WORK TO COMPLETE >> When you reach the line containing "frame((3650.0, 7636.0, 2900.0)))" in the data below, begin returning lines exactly as written, and stop once the line containing "frame((3650.0, 9748.0, 5800.0)))" has been returned.

Stored items:
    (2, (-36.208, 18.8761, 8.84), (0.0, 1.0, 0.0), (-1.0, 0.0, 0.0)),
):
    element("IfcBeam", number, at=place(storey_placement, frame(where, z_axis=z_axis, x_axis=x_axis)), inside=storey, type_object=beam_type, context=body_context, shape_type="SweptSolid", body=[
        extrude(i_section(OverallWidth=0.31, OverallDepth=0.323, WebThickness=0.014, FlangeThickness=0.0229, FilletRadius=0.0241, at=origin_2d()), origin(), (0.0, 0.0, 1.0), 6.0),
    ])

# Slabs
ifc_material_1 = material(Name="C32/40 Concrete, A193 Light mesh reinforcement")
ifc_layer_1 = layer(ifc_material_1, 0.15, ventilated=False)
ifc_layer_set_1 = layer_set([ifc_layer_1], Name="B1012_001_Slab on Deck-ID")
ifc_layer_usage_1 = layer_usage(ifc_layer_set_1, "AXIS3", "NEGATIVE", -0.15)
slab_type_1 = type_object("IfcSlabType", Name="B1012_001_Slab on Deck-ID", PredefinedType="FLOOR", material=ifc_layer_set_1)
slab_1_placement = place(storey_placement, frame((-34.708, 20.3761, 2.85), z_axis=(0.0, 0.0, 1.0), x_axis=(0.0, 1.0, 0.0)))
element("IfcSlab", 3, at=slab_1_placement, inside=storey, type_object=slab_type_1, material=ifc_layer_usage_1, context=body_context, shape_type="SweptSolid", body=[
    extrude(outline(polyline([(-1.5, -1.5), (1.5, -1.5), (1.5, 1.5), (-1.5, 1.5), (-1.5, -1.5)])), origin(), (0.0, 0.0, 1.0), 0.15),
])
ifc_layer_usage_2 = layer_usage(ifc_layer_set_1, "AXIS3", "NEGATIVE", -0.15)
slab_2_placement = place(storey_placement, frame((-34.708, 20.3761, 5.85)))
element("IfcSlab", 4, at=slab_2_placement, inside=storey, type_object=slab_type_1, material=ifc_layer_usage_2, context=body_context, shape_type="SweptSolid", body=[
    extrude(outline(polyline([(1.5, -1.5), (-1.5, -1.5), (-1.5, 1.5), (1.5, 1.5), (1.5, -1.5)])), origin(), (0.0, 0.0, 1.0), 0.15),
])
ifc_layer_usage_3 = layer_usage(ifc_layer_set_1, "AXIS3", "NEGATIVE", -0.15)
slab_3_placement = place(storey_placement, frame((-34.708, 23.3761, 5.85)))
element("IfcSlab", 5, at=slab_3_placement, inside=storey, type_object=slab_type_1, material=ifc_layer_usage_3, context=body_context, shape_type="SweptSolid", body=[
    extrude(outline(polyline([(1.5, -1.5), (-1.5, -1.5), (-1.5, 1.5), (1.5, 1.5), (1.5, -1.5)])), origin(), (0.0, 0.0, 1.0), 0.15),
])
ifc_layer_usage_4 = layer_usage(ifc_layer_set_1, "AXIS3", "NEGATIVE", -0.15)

...

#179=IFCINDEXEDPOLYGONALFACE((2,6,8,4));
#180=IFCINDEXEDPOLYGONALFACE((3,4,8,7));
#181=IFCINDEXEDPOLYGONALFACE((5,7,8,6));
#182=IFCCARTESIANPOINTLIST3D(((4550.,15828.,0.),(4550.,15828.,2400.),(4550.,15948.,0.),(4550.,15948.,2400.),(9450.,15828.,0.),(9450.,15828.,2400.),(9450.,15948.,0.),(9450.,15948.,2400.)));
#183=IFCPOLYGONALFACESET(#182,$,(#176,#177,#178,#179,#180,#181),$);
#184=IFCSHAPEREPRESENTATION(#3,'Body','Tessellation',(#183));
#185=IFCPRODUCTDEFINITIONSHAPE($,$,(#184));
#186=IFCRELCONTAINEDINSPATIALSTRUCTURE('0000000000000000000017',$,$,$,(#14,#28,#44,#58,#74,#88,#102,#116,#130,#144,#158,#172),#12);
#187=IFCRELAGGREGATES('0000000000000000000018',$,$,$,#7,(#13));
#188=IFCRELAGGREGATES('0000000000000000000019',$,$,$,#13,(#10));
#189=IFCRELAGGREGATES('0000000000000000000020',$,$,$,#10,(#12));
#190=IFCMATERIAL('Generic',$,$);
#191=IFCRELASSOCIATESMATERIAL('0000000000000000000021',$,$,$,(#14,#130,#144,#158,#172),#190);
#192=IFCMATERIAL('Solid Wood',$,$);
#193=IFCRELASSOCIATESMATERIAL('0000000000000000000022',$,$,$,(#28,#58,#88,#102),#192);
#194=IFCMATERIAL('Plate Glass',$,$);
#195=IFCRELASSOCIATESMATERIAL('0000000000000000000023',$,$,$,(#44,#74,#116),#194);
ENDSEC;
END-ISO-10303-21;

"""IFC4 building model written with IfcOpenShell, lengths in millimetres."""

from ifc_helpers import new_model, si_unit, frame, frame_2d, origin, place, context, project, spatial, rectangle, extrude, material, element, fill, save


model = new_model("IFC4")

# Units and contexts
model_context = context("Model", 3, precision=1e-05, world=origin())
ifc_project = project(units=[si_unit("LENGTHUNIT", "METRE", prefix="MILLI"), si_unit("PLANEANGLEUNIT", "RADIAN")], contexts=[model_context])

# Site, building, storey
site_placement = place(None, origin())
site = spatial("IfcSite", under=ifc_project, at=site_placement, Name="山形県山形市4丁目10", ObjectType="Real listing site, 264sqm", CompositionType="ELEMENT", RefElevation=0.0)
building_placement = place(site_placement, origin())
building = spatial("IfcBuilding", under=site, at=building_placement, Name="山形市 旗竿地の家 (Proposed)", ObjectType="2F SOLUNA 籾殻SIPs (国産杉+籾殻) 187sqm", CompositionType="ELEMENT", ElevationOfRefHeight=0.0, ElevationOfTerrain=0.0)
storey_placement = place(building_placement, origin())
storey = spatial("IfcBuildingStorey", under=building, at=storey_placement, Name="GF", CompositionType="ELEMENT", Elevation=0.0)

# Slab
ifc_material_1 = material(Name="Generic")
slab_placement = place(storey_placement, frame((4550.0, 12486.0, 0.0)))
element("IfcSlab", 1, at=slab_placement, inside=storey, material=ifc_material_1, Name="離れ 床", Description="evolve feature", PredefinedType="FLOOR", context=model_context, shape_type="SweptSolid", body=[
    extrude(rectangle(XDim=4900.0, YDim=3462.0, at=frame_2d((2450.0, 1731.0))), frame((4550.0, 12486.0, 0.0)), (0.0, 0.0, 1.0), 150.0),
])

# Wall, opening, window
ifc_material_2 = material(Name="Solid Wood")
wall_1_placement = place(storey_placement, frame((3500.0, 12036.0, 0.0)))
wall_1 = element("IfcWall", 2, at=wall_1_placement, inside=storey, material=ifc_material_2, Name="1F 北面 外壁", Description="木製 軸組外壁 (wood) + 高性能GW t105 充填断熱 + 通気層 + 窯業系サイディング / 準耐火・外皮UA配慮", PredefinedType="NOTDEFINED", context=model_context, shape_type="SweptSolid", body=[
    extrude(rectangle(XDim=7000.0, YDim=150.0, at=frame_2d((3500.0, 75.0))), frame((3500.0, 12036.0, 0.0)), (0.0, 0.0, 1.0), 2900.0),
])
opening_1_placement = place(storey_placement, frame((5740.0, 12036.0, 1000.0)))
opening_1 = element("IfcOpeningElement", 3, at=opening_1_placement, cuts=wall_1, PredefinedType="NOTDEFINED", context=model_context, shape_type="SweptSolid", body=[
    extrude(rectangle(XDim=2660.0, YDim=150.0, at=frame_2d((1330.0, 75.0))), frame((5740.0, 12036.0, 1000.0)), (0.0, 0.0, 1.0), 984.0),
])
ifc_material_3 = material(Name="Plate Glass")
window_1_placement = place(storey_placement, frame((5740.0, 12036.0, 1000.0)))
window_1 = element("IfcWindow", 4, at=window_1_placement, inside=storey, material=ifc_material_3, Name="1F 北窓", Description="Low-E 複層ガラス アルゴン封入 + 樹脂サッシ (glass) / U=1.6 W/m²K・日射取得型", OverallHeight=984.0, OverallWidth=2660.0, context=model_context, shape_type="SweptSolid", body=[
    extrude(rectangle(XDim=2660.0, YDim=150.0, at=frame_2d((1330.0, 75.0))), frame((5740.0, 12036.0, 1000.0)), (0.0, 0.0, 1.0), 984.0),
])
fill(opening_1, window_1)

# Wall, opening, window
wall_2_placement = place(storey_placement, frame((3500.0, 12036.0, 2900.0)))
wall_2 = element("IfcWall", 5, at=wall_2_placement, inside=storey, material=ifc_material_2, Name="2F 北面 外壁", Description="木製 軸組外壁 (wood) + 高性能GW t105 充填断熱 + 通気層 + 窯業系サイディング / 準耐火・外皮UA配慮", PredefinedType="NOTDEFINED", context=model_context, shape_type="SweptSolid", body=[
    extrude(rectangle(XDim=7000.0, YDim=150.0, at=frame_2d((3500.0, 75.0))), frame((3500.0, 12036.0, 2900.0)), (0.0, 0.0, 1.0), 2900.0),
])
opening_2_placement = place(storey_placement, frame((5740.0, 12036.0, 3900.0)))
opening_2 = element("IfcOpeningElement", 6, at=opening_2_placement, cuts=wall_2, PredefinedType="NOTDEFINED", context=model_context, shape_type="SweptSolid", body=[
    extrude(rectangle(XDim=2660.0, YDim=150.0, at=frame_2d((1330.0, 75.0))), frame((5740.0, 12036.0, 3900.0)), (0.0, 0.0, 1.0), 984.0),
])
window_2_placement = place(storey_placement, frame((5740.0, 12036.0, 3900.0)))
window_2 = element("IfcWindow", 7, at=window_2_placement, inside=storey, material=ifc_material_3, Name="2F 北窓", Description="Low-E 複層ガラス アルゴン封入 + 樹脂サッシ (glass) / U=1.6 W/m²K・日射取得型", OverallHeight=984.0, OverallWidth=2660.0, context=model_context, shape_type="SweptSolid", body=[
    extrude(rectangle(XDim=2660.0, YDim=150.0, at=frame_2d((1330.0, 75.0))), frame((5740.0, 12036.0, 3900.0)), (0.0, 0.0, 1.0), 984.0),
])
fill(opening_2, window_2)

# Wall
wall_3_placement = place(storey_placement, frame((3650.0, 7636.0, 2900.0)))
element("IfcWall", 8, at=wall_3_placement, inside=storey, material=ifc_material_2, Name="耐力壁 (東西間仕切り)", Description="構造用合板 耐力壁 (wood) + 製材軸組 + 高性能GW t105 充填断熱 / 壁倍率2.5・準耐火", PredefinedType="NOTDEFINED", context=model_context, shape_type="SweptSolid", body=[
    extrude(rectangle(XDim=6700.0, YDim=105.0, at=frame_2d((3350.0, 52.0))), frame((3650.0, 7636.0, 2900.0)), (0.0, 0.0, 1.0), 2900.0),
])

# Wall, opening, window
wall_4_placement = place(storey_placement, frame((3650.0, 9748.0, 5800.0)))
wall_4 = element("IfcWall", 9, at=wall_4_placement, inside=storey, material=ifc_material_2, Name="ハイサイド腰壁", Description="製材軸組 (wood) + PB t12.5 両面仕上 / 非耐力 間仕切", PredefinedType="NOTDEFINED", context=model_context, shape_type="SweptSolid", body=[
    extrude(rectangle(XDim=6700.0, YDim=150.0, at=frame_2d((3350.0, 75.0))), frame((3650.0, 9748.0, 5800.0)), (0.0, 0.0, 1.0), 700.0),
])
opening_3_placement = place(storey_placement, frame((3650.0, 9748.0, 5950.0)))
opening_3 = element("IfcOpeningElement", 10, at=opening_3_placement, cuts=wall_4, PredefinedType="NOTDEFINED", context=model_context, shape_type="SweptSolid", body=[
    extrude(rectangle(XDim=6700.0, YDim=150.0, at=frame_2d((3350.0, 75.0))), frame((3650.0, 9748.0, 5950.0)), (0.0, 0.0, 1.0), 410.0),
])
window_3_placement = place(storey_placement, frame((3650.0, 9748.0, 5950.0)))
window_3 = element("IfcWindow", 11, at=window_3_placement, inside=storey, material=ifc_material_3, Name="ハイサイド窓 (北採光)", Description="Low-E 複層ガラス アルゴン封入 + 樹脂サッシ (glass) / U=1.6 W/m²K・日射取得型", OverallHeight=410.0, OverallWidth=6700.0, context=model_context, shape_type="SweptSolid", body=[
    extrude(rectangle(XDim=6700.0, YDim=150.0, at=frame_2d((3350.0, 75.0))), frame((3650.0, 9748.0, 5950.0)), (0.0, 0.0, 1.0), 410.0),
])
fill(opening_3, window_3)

RESULT FOR THIS EXERCISE >>
wall_3_placement = place(storey_placement, frame((3650.0, 7636.0, 2900.0)))
element("IfcWall", 8, at=wall_3_placement, inside=storey, material=ifc_material_2, Name="耐力壁 (東西間仕切り)", Description="構造用合板 耐力壁 (wood) + 製材軸組 + 高性能GW t105 充填断熱 / 壁倍率2.5・準耐火", PredefinedType="NOTDEFINED", context=model_context, shape_type="SweptSolid", body=[
    extrude(rectangle(XDim=6700.0, YDim=105.0, at=frame_2d((3350.0, 52.0))), frame((3650.0, 7636.0, 2900.0)), (0.0, 0.0, 1.0), 2900.0),
])

# Wall, opening, window
wall_4_placement = place(storey_placement, frame((3650.0, 9748.0, 5800.0)))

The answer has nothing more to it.